I still don't understand what you talking about...

4. do you know polynomial long division or synthetic division? if this remainder theorem stuff is confusing you, maybe you should try that approach

5. I know this, but the long division like not correct sometimes just like the example I gave upside.

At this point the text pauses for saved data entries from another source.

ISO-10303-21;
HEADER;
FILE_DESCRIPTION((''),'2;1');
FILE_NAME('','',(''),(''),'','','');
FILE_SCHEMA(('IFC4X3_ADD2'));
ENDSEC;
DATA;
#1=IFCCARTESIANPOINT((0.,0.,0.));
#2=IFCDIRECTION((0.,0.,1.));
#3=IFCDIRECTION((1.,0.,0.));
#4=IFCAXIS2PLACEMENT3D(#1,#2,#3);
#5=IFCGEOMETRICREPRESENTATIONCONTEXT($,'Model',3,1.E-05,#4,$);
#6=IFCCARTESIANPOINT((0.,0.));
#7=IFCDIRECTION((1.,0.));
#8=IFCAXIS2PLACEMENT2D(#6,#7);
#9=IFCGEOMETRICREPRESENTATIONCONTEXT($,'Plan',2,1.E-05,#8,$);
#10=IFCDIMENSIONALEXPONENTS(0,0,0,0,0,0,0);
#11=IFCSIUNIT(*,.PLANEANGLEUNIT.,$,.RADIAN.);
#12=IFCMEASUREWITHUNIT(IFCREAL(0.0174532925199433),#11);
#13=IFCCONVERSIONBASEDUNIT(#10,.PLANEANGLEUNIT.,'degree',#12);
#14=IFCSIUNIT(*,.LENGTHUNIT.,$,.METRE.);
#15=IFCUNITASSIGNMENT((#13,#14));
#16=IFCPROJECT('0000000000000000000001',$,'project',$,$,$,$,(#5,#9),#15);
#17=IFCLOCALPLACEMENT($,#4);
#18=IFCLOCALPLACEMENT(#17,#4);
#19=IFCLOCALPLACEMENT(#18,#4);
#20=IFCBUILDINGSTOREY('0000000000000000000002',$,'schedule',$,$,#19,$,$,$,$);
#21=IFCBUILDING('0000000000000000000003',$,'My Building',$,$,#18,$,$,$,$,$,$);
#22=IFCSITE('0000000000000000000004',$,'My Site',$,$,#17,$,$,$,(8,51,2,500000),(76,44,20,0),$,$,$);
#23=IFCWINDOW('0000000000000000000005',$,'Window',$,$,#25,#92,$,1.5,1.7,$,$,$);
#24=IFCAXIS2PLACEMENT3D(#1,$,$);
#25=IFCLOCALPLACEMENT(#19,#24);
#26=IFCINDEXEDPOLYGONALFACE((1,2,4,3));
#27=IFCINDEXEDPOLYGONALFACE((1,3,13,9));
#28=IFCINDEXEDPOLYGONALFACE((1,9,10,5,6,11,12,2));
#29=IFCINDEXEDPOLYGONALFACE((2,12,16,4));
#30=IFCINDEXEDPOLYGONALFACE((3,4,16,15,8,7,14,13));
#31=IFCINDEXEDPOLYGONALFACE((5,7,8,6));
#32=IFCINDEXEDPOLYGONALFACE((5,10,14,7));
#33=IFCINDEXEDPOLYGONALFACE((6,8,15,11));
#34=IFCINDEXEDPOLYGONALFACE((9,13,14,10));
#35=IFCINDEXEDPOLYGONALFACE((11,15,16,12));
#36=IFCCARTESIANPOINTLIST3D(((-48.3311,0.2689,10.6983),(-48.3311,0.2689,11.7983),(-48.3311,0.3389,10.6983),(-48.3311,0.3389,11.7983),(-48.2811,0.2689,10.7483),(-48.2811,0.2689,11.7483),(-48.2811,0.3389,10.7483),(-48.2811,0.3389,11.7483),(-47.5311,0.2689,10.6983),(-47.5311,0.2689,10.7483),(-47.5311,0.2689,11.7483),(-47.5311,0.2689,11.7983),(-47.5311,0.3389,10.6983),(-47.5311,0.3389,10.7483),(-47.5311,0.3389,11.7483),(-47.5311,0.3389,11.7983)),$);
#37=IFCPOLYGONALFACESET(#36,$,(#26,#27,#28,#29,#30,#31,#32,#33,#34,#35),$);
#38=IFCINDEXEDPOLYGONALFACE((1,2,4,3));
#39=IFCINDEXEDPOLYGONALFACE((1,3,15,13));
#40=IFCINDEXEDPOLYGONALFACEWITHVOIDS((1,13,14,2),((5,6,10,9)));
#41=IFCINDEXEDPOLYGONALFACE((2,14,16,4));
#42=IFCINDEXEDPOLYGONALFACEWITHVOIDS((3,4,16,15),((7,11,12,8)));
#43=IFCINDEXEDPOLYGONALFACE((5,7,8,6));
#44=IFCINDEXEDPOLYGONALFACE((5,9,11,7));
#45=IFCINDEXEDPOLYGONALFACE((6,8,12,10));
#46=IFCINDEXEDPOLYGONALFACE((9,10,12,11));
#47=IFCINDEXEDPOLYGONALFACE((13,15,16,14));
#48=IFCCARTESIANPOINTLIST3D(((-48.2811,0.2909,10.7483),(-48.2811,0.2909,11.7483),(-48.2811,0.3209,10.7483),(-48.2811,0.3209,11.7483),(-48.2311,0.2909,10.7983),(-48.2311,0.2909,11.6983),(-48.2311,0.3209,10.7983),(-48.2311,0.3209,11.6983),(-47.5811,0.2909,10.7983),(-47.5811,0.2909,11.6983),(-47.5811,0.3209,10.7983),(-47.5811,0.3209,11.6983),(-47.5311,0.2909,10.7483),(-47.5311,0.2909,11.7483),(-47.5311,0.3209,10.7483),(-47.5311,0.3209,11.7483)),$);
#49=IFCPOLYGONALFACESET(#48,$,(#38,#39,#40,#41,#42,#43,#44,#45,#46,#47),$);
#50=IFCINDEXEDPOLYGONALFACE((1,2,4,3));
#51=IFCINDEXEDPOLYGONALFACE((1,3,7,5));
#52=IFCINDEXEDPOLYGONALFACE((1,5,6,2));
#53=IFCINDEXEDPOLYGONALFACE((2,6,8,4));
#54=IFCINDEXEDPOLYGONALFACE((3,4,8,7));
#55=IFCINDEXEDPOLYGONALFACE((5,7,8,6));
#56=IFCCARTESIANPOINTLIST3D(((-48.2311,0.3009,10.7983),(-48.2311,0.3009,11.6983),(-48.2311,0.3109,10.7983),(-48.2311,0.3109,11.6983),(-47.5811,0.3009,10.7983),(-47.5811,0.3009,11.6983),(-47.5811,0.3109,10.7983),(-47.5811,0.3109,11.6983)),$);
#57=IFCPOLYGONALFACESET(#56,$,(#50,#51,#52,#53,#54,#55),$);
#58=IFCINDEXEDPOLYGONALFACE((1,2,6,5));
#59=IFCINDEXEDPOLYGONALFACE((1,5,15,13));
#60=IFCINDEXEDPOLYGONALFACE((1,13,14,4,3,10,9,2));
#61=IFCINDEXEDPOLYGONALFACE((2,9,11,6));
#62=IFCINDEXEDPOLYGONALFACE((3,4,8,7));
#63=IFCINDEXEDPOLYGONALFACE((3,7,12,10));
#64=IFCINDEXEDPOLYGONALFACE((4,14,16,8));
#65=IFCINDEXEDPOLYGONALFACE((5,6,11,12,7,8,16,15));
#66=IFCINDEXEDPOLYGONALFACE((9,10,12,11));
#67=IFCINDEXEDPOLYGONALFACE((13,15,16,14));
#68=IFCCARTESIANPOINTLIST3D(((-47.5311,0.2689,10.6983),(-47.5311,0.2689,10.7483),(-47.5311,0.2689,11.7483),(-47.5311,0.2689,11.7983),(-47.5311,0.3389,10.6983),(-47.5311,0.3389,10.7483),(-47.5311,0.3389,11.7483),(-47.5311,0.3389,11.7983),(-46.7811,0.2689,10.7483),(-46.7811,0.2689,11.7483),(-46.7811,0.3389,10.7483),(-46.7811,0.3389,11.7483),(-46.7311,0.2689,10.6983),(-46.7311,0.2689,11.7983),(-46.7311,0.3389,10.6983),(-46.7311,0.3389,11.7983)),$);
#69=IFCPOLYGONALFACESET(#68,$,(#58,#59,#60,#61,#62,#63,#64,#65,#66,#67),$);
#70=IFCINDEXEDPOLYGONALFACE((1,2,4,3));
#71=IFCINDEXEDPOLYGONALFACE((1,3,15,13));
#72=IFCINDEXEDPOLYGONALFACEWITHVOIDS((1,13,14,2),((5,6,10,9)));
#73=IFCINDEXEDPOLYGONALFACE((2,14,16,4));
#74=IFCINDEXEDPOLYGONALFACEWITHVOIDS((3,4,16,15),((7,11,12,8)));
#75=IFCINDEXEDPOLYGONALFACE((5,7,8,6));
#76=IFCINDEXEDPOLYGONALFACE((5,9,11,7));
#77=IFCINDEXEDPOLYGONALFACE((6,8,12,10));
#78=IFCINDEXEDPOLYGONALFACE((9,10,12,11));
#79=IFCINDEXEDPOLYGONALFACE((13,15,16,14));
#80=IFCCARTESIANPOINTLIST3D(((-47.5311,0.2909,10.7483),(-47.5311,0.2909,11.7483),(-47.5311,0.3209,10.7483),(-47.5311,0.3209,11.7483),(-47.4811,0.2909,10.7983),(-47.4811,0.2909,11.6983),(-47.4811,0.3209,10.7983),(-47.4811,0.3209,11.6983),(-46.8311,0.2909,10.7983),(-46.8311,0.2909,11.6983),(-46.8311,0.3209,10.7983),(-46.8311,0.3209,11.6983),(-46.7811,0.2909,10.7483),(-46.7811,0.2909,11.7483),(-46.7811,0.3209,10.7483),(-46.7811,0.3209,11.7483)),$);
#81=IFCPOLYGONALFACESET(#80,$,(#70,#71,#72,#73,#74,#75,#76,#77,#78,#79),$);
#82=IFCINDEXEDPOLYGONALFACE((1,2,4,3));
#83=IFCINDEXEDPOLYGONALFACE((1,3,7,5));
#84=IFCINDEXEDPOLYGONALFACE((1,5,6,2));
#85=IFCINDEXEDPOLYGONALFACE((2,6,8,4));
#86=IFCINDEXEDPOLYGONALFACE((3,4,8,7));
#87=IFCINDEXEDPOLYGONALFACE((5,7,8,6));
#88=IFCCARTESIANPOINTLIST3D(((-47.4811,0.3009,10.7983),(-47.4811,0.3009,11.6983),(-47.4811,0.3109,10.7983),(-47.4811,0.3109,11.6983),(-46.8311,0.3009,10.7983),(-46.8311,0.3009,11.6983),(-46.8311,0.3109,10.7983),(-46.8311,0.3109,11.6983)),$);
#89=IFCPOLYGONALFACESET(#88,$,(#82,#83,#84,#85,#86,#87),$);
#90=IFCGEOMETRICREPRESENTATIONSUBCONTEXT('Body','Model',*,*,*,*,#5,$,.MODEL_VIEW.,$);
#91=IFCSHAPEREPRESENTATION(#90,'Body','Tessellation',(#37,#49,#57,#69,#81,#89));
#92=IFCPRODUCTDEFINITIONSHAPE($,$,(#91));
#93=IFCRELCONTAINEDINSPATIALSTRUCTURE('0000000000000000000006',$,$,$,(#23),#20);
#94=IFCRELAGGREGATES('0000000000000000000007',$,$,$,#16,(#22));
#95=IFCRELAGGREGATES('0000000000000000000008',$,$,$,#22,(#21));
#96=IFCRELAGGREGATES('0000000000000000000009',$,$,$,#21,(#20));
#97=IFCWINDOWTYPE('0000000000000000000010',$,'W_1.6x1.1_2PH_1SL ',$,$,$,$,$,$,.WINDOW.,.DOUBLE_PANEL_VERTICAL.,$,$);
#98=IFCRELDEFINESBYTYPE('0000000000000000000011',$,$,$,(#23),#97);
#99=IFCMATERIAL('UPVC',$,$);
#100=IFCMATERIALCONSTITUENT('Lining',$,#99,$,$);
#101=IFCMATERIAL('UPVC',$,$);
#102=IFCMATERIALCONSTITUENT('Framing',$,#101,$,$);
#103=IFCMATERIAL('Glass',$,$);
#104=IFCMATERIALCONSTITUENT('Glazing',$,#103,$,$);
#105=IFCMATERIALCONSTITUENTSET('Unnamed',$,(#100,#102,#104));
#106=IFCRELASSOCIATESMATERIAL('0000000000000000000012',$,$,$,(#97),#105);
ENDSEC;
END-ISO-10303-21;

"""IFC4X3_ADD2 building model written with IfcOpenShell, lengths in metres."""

from ifc_helpers import new_model, entity, si_unit, converted_unit, frame, origin_with_axes, origin_2d_with_axis, place, context, subcontext, project, spatial, line, indexed_curve, outline, extrude, shape, source, transform, mapped, material, constituent, constituent_set, type_object, type_shapes, element, save


model = new_model("IFC4X3_ADD2")

# Units and contexts
model_context = context("Model", 3, precision=1e-05, world=origin_with_axes())
plan_context = context("Plan", 2, precision=1e-05, world=origin_2d_with_axis())
body_context_1 = subcontext(model_context, "Body", "Model", "MODEL_VIEW")
body_context_2 = subcontext(plan_context, "Body", "Plan", "PLAN_VIEW")
ifc_project = project(units=[converted_unit("PLANEANGLEUNIT", "degree", entity("IfcReal", 0.0174532925199433), si_unit("PLANEANGLEUNIT", "RADIAN"), dimensions=[0, 0, 0, 0, 0, 0, 0]), si_unit("LENGTHUNIT", "METRE")], contexts=[model_context, plan_context])

# Site, building, storey
site_placement = place(None, origin_with_axes())
site = spatial("IfcSite", under=ifc_project, at=site_placement, Name="My Site", RefLatitude=(8, 51, 2, 500000), RefLongitude=(76, 44, 20, 0))
building_placement = place(site_placement, origin_with_axes())
building = spatial("IfcBuilding", under=site, at=building_placement, Name="My Building")
storey_placement = place(building_placement, origin_with_axes())
storey = spatial("IfcBuildingStorey", under=building, at=storey_placement, Name="schedule")

# Window
ifc_material_1 = material(Name="UPVC")
ifc_material_2 = material(Name="UPVC")
ifc_material_3 = material(Name="Glass")
placement_1 = place(storey_placement, frame((-67.8485, 0.2689, 3.1152), z_axis=(0.0, 0.0, 1.0), x_axis=(1.0, 0.0, 0.0)))
ifc_constituent_1 = constituent(ifc_material_1, Name="Lining")
ifc_constituent_2 = constituent(ifc_material_2, Name="Framing")
ifc_constituent_3 = constituent(ifc_material_3, Name="Glazing")
ifc_constituent_set_1 = constituent_set(constituents=[ifc_constituent_1, ifc_constituent_2, ifc_constituent_3], Name="Unnamed")
window_type_1 = type_object("IfcWindowType", Name="W_1.6x1.1_2PH_1SL ", PartitioningType="DOUBLE_PANEL_VERTICAL", PredefinedType="WINDOW", material=ifc_constituent_set_1)
shared_shape_1 = source(origin_with_axes(), body_context_1, "Body", "SweptSolid", [
    extrude(outline(indexed_curve([(0.8, 0.0), (0.0, 0.0), (0.0, 1.1), (0.8, 1.1), (0.8, 1.05), (0.05, 1.05), (0.05, 0.05), (0.8, 0.05)], segments=[line(1, 2, 3, 4, 5, 6, 7, 8, 1)])), frame((0.0, 0.0, 0.0), z_axis=(0.0, -1.0, 0.0), x_axis=(1.0, 0.0, 0.0)), (0.0, 0.0, -1.0), 0.07),
    extrude(outline(indexed_curve([(0.0, 0.0), (0.75, 0.0), (0.75, 1.0), (0.0, 1.0)], segments=[line(1, 2, 3, 4, 1)]), holes=[indexed_curve([(0.05, 0.05), (0.7, 0.05), (0.7, 0.95), (0.05, 0.95)], segments=[line(1, 2, 3, 4, 1)])]), frame((0.05, 0.022, 0.05), z_axis=(0.0, -1.0, 0.0), x_axis=(1.0, 0.0, 0.0)), (0.0, 0.0, -1.0), 0.03),
    extrude(outline(indexed_curve([(0.05, 0.05), (0.7, 0.05), (0.7, 0.95), (0.05, 0.95)], segments=[line(1, 2, 3, 4, 1)])), frame((0.05, 0.032, 0.05), z_axis=(0.0, -1.0, 0.0), x_axis=(1.0, 0.0, 0.0)), (0.0, 0.0, -1.0), 0.01),
    extrude(outline(indexed_curve([(0.0, 1.1), (0.8, 1.1), (0.8, 0.0), (0.0, 0.0), (0.0, 0.05), (0.75, 0.05), (0.75, 1.05), (0.0, 1.05)], segments=[line(1, 2, 3, 4, 5, 6, 7, 8, 1)])), frame((0.8, 0.0, 0.0), z_axis=(0.0, -1.0, 0.0), x_axis=(1.0, 0.0, 0.0)), (0.0, 0.0, -1.0), 0.07),
    extrude(outline(indexed_curve([(0.0, 0.0), (0.75, 0.0), (0.75, 1.0), (0.0, 1.0)], segments=[line(1, 2, 3, 4, 1)]), holes=[indexed_curve([(0.05, 0.05), (0.7, 0.05), (0.7, 0.95), (0.05, 0.95)], segments=[line(1, 2, 3, 4, 1)])]), frame((0.8, 0.022, 0.05), z_axis=(0.0, -1.0, 0.0), x_axis=(1.0, 0.0, 0.0)), (0.0, 0.0, -1.0), 0.03),
    extrude(outline(indexed_curve([(0.05, 0.05), (0.7, 0.05), (0.7, 0.95), (0.05, 0.95)], segments=[line(1, 2, 3, 4, 1)])), frame((0.8, 0.032, 0.05), z_axis=(0.0, -1.0, 0.0), x_axis=(1.0, 0.0, 0.0)), (0.0, 0.0, -1.0), 0.01),
])
shared_shape_2 = source(origin_with_axes(), body_context_2, "Body", "Curve2D", [
    entity("IfcIndexedPolyCurve", entity("IfcCartesianPointList2D", [[0.05, 0.0], [0.8, 0.0]])),
    entity("IfcIndexedPolyCurve", entity("IfcCartesianPointList2D", [[0.0, 0.07], [0.05, 0.07], [0.05, 0.0], [0.0, 0.0]]), [entity("IfcLineIndex", [1, 2, 3, 4, 1])]),
    entity("IfcIndexedPolyCurve", entity("IfcCartesianPointList2D", [[0.8, 0.07], [0.8, 0.07], [0.8, 0.0], [0.8, 0.0]])),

6. Originally Posted by SengNee
Find the quotient and remainder when $P(x)=2x^4+3x^3-x^2+5x-6$ is divided by $x^2+x-2$.

Quotient= $2x^2+x+2$
Remainder= $5x-2$

If yes, then...

Let,
Quotient=Q(x)= $2x^2+x+2$
Remainder=R(x)= $5x-2$
Divisor=D(x)= $x^2+x-2$

When $x=-1$,

P(-1)=-13
D(-1)=-2
Q(-1)=3
R(-1)=-7

$\frac {P(-1)}{D(-1)}$
= $\frac {-13}{-2}$
=6 $\frac {1}{2}$
=6 remain 1
≠Q(-1) remain R(-1)
≠3 remain -7
I think you are missing the main idea. What does the phrase "Q(-1) remain R(-1)" mean?

We need to know that
$P(x) = Q(x)D(x) + R(x)$
From this, as long as $D(x) \neq 0$
$\frac{P(-1)}{D(-1)} = Q(-1) + \frac{R(-1)}{D(-1)}$
Now you have already calculated $\frac{P(-1)}{D(-1)} = \frac{13}2$
so let us do the remaining,
$Q(-1) + \frac{R(-1)}{D(-1)} = 3 + \frac{-7}{-2} = \frac{6+7}{2} = \frac{13}{2}$

I still don't understand what you talking about...
I think none of us here are understanding what you are saying!

I know this, but the long division like not correct sometimes just like the example I gave upside.
This generally does not happen in maths. If a method is proven, then it will work ALWAYS!